### About this task
State only how many lines of the records contain the string "IFCDIRECTION".

### Records supplied

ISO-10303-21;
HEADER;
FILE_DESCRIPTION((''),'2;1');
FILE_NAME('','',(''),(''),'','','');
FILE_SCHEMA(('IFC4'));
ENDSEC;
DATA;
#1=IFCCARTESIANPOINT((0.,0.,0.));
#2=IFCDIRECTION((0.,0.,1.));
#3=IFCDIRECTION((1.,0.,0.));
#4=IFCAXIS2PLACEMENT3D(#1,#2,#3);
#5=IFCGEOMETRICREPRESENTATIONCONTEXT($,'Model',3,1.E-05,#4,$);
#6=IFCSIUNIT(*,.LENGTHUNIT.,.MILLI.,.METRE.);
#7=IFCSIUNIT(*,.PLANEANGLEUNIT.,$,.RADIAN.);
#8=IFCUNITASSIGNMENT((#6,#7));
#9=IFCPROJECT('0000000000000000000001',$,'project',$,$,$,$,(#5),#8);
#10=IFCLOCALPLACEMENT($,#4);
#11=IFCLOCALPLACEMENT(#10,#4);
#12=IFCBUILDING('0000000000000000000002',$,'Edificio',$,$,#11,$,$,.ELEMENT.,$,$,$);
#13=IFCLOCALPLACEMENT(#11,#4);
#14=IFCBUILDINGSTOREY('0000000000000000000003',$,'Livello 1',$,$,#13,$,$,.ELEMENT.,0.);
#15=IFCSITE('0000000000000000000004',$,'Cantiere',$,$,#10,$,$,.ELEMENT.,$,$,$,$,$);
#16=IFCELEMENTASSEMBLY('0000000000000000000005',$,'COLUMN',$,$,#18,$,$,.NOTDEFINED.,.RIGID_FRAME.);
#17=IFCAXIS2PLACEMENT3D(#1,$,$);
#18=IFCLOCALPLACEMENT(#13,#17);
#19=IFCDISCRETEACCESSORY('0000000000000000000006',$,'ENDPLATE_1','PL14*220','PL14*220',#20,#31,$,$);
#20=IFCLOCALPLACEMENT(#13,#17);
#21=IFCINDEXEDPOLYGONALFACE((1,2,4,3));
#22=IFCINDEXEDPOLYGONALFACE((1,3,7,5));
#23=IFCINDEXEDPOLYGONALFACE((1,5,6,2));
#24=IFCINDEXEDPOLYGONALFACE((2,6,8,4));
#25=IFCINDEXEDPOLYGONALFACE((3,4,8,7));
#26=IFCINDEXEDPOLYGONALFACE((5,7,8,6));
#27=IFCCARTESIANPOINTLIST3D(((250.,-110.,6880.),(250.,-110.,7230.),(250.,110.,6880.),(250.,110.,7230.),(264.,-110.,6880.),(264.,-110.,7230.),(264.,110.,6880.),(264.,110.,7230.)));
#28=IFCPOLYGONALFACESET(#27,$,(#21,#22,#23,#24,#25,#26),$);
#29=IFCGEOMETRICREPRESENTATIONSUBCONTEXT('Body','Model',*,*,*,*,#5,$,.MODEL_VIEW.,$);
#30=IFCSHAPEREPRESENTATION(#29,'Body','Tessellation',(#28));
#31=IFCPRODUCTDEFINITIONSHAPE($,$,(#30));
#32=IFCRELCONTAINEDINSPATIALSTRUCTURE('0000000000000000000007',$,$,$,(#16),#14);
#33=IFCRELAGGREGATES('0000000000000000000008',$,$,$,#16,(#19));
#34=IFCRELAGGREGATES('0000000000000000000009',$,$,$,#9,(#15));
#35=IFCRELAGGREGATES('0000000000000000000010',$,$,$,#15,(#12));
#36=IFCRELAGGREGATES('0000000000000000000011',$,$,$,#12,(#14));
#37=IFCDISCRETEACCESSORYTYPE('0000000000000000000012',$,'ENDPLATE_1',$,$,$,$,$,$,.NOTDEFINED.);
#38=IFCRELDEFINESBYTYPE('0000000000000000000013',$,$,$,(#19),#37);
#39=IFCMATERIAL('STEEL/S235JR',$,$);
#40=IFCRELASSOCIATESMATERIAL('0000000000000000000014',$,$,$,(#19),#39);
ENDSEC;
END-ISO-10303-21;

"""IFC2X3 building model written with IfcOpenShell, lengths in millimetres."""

from ifc_helpers import new_model, si_unit, frame, origin_with_axes, place, context, subcontext, project, spatial, polyline, outline, extrude, material, type_object, element, aggregate, save


model = new_model("IFC2X3")

# Units and contexts
model_context = context("Model", 3, precision=1e-05, world=origin_with_axes())
body_context = subcontext(model_context, "Body", "Model", "MODEL_VIEW")
ifc_project = project(units=[si_unit("LENGTHUNIT", "METRE", prefix="MILLI"), si_unit("PLANEANGLEUNIT", "RADIAN")], contexts=[model_context])

# Site, building, storey
site_placement = place(None, origin_with_axes())
site = spatial("IfcSite", under=ifc_project, at=site_placement, Name="Cantiere", CompositionType="ELEMENT")
building_placement = place(site_placement, origin_with_axes())
building = spatial("IfcBuilding", under=site, at=building_placement, Name="Edificio", CompositionType="ELEMENT")
storey_placement = place(building_placement, origin_with_axes())
storey = spatial("IfcBuildingStorey", under=building, at=storey_placement, Name="Livello 1", CompositionType="ELEMENT", Elevation=0.0)

# Element assembly
ifc_material = material(Name="STEEL/S235JR")
assembly_1_placement = place(storey_placement, origin_with_axes())
assembly_1 = element("IfcElementAssembly", 1, at=assembly_1_placement, inside=storey, Name="COLUMN", AssemblyPlace="NOTDEFINED", PredefinedType="RIGID_FRAME")

# Discrete accessory
discrete_accessory_type_1 = type_object("IfcDiscreteAccessoryType", Name="ENDPLATE_1")
discrete_accessory_1_placement = place(assembly_1_placement, frame((257.0, 110.0, 6880.0), z_axis=(1.0, 0.0, 0.0), x_axis=(0.0, 0.0, 1.0)))
discrete_accessory_1 = element("IfcDiscreteAccessory", 2, at=discrete_accessory_1_placement, type_object=discrete_accessory_type_1, material=ifc_material, Name="ENDPLATE_1", Description="PL14*220", ObjectType="PL14*220", context=body_context, shape_type="SweptSolid", body=[
    extrude(outline(polyline([(0.0, 0.0), (350.0, 0.0), (350.0, 220.0), (0.0, 220.0), (0.0, 0.0)])), frame((0.0, 0.0, -7.0), z_axis=(0.0, 0.0, 1.0), x_axis=(1.0, 0.0, 0.0)), (0.0, 0.0, 1.0), 14.0),
])
aggregate(assembly_1, [discrete_accessory_1])

save(model, "model.ifc")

### Response
2